Instructions for the task - Return the records exactly, from the first line through the "above ground (default)',.ELEMENT.,$);" line.

Provided entries -
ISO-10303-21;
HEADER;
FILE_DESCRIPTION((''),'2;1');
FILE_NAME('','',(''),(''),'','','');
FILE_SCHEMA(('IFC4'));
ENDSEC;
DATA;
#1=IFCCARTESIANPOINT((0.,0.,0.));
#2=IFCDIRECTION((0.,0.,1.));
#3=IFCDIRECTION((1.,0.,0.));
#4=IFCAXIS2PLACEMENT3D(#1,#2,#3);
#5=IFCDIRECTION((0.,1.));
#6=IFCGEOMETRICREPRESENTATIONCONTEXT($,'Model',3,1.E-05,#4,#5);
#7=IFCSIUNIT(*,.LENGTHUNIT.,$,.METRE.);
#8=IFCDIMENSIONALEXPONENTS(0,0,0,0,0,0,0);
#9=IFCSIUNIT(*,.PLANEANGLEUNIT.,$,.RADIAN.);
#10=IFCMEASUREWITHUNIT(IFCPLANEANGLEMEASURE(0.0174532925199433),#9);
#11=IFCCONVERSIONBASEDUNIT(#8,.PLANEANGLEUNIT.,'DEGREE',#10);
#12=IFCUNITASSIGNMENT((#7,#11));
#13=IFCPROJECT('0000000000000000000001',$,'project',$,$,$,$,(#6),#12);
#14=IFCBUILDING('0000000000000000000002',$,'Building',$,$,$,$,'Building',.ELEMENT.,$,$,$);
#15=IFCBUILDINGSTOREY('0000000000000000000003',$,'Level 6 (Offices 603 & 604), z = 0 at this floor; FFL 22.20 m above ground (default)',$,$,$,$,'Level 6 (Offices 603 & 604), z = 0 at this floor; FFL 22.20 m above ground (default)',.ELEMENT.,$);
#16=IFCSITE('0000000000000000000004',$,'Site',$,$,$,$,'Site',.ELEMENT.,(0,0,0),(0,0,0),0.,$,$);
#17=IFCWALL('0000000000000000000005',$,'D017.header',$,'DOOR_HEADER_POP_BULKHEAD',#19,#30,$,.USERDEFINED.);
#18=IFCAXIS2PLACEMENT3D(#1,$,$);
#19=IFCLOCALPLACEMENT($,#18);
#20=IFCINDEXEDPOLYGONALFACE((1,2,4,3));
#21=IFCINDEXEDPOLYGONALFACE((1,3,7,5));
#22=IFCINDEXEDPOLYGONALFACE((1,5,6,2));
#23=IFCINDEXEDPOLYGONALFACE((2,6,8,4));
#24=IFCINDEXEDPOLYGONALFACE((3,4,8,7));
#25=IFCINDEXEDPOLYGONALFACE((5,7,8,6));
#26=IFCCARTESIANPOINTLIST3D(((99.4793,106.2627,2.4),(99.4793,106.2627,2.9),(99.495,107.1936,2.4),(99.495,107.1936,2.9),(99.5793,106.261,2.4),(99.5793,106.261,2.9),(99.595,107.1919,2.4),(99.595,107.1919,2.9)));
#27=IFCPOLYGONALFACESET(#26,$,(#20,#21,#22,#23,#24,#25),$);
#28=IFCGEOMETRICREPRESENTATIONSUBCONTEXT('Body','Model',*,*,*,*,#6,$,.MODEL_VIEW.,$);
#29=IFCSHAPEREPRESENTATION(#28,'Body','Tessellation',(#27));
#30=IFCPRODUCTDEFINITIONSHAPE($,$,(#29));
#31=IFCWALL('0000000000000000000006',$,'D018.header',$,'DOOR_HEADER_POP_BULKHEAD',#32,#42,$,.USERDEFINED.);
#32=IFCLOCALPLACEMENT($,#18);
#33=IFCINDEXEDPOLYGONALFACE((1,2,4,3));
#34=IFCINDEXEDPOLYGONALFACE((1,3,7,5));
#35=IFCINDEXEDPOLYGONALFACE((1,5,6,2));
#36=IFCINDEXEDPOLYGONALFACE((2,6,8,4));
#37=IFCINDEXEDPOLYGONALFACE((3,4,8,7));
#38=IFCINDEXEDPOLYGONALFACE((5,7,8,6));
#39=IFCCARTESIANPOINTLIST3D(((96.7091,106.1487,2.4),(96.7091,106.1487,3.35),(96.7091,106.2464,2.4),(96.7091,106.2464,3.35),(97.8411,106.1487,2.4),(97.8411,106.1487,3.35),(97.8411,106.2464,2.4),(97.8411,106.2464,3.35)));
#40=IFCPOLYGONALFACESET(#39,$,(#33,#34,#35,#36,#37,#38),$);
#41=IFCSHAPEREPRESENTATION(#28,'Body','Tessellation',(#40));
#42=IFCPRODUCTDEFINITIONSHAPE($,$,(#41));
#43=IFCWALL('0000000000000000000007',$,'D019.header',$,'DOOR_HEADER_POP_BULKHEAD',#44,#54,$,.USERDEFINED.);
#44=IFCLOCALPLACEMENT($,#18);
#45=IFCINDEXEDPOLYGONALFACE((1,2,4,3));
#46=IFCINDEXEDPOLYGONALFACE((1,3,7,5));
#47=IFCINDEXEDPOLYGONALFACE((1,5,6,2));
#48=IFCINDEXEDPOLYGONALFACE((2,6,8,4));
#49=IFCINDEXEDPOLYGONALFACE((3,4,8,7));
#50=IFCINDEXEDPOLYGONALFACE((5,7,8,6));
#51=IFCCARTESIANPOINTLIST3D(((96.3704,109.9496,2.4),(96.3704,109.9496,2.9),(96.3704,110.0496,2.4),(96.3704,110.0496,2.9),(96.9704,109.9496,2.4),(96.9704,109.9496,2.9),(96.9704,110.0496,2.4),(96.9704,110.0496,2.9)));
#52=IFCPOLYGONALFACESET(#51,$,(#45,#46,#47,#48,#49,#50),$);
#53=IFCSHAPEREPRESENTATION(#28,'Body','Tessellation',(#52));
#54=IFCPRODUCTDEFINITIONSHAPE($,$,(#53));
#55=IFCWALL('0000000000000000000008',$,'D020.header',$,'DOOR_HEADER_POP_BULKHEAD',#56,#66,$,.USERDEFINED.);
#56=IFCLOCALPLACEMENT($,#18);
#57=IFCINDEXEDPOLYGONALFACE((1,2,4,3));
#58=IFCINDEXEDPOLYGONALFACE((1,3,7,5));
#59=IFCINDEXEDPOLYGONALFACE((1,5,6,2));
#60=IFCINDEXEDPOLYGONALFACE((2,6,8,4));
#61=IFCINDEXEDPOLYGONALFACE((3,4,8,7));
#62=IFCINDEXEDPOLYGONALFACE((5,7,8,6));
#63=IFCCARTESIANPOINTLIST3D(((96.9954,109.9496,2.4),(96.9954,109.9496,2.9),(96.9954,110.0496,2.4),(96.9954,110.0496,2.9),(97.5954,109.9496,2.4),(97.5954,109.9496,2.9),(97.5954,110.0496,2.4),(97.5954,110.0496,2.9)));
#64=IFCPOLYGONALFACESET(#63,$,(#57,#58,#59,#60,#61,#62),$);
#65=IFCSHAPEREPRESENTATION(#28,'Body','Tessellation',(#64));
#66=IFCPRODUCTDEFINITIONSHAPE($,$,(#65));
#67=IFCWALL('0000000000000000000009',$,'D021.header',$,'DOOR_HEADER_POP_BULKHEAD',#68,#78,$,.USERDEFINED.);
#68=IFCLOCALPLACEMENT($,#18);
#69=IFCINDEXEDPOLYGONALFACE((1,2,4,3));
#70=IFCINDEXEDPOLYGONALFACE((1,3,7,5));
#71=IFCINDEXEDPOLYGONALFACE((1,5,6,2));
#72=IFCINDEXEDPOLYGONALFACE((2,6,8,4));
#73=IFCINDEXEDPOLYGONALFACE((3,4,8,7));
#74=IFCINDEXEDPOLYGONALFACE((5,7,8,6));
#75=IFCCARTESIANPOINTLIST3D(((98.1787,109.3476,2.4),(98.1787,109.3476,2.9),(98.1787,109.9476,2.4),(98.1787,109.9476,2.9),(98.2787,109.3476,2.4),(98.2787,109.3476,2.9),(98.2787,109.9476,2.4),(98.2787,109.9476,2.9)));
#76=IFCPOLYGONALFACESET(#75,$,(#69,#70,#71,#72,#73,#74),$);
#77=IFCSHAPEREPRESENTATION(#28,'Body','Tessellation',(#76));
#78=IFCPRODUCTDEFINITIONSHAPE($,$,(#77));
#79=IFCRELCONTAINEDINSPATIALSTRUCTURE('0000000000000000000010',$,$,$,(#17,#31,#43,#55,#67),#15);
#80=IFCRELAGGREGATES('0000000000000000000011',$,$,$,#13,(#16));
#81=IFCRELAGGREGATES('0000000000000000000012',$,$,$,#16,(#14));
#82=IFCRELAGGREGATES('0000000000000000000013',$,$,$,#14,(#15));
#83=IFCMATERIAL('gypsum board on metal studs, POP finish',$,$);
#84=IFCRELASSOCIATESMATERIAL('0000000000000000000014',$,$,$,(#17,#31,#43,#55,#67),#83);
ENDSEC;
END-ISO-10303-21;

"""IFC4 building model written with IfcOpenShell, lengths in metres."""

from ifc_helpers import new_model, entity, si_unit, converted_unit, direction, frame, frame_2d, origin_with_axes, origin_2d_with_axis, place, context, subcontext, project, spatial, rectangle, extrude, material, element, save


model = new_model("IFC4")

# Units and contexts
model_context = context("Model", 3, precision=1e-05, world=origin_with_axes(), true_north=direction((0.0, 1.0)))
body_context = subcontext(model_context, "Body", "Model", "MODEL_VIEW")
ifc_project = project(units=[si_unit("LENGTHUNIT", "METRE"), converted_unit("PLANEANGLEUNIT", "DEGREE", entity("IfcPlaneAngleMeasure", 0.0174532925199433), si_unit("PLANEANGLEUNIT", "RADIAN"), dimensions=[0, 0, 0, 0, 0, 0, 0])], contexts=[model_context])

# Site, building, storey
site = spatial("IfcSite", under=ifc_project, Name="Site", LongName="Site", CompositionType="ELEMENT", RefLatitude=(0, 0, 0), RefLongitude=(0, 0, 0), RefElevation=0.0)
building = spatial("IfcBuilding", under=site, Name="Building", LongName="Building", CompositionType="ELEMENT")
storey = spatial("IfcBuildingStorey", under=building, Name="Level 6 (Offices 603 & 604), z = 0 at this floor; FFL 22.20 m above ground (default)", LongName="Level 6 (Offices 603 & 604), z = 0 at this floor; FFL 22.20 m above ground (default)", CompositionType="ELEMENT")

# Shared definitions
placement = place(None, origin_with_axes())

# Walls
ifc_material_1 = material(Name="gypsum board on metal studs, POP finish")
element("IfcWall", 1, at=placement, inside=storey, material=ifc_material_1, Name="D017.header", ObjectType="DOOR_HEADER_POP_BULKHEAD", PredefinedType="USERDEFINED", context=body_context, shape_type="SweptSolid", body=[
    extrude(rectangle(XDim=0.931, YDim=0.1, at=frame_2d((0.0, 0.0), x_axis=(0.016872, 0.999858))), frame((99.5371, 106.7273, 2.4), z_axis=(0.0, 0.0, 1.0), x_axis=(1.0, 0.0, 0.0)), (0.0, 0.0, 1.0), 0.5),
])
element("IfcWall", 2, at=placement, inside=storey, material=ifc_material_1, Name="D018.header", ObjectType="DOOR_HEADER_POP_BULKHEAD", PredefinedType="USERDEFINED", context=body_context, shape_type="SweptSolid", body=[
    extrude(rectangle(XDim=1.132, YDim=0.0977, at=frame_2d((0.0, 0.0), x_axis=(1.0, 0.0))), frame((97.2751, 106.1975, 2.4), z_axis=(0.0, 0.0, 1.0), x_axis=(1.0, 0.0, 0.0)), (0.0, 0.0, 1.0), 0.95),
])
element("IfcWall", 3, at=placement, inside=storey, material=ifc_material_1, Name="D019.header", ObjectType="DOOR_HEADER_POP_BULKHEAD", PredefinedType="USERDEFINED", context=body_context, shape_type="SweptSolid", body=[
    extrude(rectangle(XDim=0.6, YDim=0.1, at=frame_2d((0.0, 0.0), x_axis=(1.0, 0.0))), frame((96.6704, 109.9996, 2.4), z_axis=(0.0, 0.0, 1.0), x_axis=(1.0, 0.0, 0.0)), (0.0, 0.0, 1.0), 0.5),
])
element("IfcWall", 4, at=placement, inside=storey, material=ifc_material_1, Name="D020.header", ObjectType="DOOR_HEADER_POP_BULKHEAD", PredefinedType="USERDEFINED", context=body_context, shape_type="SweptSolid", body=[
    extrude(rectangle(XDim=0.6, YDim=0.1, at=origin_2d_with_axis()), frame((97.2954, 109.9996, 2.4), z_axis=(0.0, 0.0, 1.0), x_axis=(1.0, 0.0, 0.0)), (0.0, 0.0, 1.0), 0.5),
])
element("IfcWall", 5, at=placement, inside=storey, material=ifc_material_1, Name="D021.header", ObjectType="DOOR_HEADER_POP_BULKHEAD", PredefinedType="USERDEFINED", context=body_context, shape_type="SweptSolid", body=[
    extrude(rectangle(XDim=0.6, YDim=0.1, at=frame_2d((0.0, 0.0), x_axis=(0.0, 1.0))), frame((98.2287, 109.6476, 2.4), z_axis=(0.0, 0.0, 1.0), x_axis=(1.0, 0.0, 0.0)), (0.0, 0.0, 1.0), 0.5),
])

save(model, "model.ifc")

Answer box -
ISO-10303-21;
HEADER;
FILE_DESCRIPTION((''),'2;1');
FILE_NAME('','',(''),(''),'','','');
FILE_SCHEMA(('IFC4'));
ENDSEC;
DATA;
#1=IFCCARTESIANPOINT((0.,0.,0.));
#2=IFCDIRECTION((0.,0.,1.));
#3=IFCDIRECTION((1.,0.,0.));
#4=IFCAXIS2PLACEMENT3D(#1,#2,#3);
#5=IFCDIRECTION((0.,1.));
#6=IFCGEOMETRICREPRESENTATIONCONTEXT($,'Model',3,1.E-05,#4,#5);
#7=IFCSIUNIT(*,.LENGTHUNIT.,$,.METRE.);
#8=IFCDIMENSIONALEXPONENTS(0,0,0,0,0,0,0);
#9=IFCSIUNIT(*,.PLANEANGLEUNIT.,$,.RADIAN.);
#10=IFCMEASUREWITHUNIT(IFCPLANEANGLEMEASURE(0.0174532925199433),#9);
#11=IFCCONVERSIONBASEDUNIT(#8,.PLANEANGLEUNIT.,'DEGREE',#10);
#12=IFCUNITASSIGNMENT((#7,#11));
#13=IFCPROJECT('0000000000000000000001',$,'project',$,$,$,$,(#6),#12);
#14=IFCBUILDING('0000000000000000000002',$,'Building',$,$,$,$,'Building',.ELEMENT.,$,$,$);
#15=IFCBUILDINGSTOREY('0000000000000000000003',$,'Level 6 (Offices 603 & 604), z = 0 at this floor; FFL 22.20 m above ground (default)',$,$,$,$,'Level 6 (Offices 603 & 604), z = 0 at this floor; FFL 22.20 m above ground (default)',.ELEMENT.,$);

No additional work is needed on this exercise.